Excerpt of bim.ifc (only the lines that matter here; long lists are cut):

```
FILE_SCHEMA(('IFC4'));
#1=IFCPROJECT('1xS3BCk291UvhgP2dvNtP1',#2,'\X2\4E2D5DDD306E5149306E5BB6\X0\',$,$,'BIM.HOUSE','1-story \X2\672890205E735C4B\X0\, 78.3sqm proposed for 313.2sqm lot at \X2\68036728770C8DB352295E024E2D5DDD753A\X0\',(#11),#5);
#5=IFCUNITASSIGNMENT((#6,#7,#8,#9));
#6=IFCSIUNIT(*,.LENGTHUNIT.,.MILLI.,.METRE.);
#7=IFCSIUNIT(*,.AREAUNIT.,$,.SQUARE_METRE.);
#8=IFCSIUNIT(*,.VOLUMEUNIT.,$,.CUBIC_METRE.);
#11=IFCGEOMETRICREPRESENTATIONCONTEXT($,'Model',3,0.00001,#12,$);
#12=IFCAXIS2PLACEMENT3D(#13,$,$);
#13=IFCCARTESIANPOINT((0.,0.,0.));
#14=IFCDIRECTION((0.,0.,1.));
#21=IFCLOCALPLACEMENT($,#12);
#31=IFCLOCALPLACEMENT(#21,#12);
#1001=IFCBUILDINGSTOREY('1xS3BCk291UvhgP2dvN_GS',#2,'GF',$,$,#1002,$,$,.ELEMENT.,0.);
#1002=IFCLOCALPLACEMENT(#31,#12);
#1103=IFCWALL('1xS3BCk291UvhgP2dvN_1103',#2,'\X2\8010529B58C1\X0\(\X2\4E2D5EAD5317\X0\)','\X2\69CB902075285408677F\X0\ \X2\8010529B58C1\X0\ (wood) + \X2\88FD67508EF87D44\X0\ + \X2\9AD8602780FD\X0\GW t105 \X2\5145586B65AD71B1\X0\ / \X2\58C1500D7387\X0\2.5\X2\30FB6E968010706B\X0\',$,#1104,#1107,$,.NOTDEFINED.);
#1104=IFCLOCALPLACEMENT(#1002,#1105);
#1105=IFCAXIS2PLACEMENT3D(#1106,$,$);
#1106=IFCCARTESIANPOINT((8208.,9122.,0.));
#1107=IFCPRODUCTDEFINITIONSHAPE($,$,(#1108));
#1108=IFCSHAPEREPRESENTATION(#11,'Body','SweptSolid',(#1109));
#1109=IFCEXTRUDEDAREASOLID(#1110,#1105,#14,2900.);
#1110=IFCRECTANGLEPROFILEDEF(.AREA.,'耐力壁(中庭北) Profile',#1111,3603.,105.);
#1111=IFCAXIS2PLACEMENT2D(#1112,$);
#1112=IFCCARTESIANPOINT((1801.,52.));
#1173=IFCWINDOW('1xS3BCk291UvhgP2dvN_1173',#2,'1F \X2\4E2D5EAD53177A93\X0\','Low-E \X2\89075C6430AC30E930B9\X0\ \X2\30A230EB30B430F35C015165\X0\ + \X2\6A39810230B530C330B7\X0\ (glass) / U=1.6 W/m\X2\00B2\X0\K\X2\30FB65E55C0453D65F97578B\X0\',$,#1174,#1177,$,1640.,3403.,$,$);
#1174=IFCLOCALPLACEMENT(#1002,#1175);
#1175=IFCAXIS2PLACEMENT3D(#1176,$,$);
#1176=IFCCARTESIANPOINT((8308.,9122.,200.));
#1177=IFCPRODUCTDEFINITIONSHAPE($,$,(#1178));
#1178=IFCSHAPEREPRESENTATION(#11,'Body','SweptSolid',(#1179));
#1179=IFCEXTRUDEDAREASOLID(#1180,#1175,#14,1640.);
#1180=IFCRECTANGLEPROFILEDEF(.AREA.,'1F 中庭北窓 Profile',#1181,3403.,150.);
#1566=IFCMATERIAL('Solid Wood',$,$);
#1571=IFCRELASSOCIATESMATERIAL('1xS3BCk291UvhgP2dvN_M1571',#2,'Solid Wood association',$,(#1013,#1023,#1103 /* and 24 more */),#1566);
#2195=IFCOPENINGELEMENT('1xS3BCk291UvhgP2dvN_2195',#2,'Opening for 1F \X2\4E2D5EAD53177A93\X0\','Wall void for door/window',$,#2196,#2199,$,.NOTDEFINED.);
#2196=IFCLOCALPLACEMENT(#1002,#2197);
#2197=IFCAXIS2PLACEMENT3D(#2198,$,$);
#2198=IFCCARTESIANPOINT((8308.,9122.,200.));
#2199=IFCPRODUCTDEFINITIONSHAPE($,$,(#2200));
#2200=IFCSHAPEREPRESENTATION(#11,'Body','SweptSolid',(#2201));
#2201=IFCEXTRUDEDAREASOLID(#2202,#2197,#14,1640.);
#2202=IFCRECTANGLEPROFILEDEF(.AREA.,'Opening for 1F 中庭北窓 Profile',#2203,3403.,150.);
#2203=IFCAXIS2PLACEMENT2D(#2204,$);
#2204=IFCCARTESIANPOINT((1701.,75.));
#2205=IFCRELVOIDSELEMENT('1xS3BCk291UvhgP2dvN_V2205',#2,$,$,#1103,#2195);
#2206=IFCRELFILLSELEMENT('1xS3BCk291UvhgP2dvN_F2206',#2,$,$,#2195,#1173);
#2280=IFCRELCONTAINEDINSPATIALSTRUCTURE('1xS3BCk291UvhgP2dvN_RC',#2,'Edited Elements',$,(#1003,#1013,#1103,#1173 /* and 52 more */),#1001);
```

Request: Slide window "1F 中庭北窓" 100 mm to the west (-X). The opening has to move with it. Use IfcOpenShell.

```python
import ifcopenshell
import ifcopenshell.api.geometry
import ifcopenshell.util.placement
import ifcopenshell.util.unit

model = ifcopenshell.open("bim.ifc")
unit_scale = ifcopenshell.util.unit.calculate_unit_scale(model)

window = model.by_guid("1xS3BCk291UvhgP2dvN_1173")
opening = window.FillsVoids[0].RelatingOpeningElement
wall = opening.VoidsElements[0].RelatingBuildingElement

wall_matrix = ifcopenshell.util.placement.get_local_placement(wall.ObjectPlacement)
shift = wall_matrix[:3, 0] * -0.1 / unit_scale
before = ifcopenshell.util.placement.get_local_placement(window.ObjectPlacement)[:3, 3].copy()

# The window is not placed relative to its opening, so move both.
for product in (opening, window):
    matrix = ifcopenshell.util.placement.get_local_placement(product.ObjectPlacement)
    matrix[:3, 3] += shift
    ifcopenshell.api.geometry.edit_object_placement(model, product=product, matrix=matrix, is_si=False)

after = ifcopenshell.util.placement.get_local_placement(window.ObjectPlacement)[:3, 3]
print("window moved by", (after - before).round(3) + 0.0)

model.write("bim_edited.ifc")
```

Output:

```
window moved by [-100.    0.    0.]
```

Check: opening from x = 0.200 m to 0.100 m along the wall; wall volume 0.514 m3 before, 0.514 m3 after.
# # # # # # #
> _REQUIRED WORK_
Only a number is wanted here: how many lines in the entries contain the word "IFCCARTESIANPOINT"?

> _WRITTEN REPLY_
6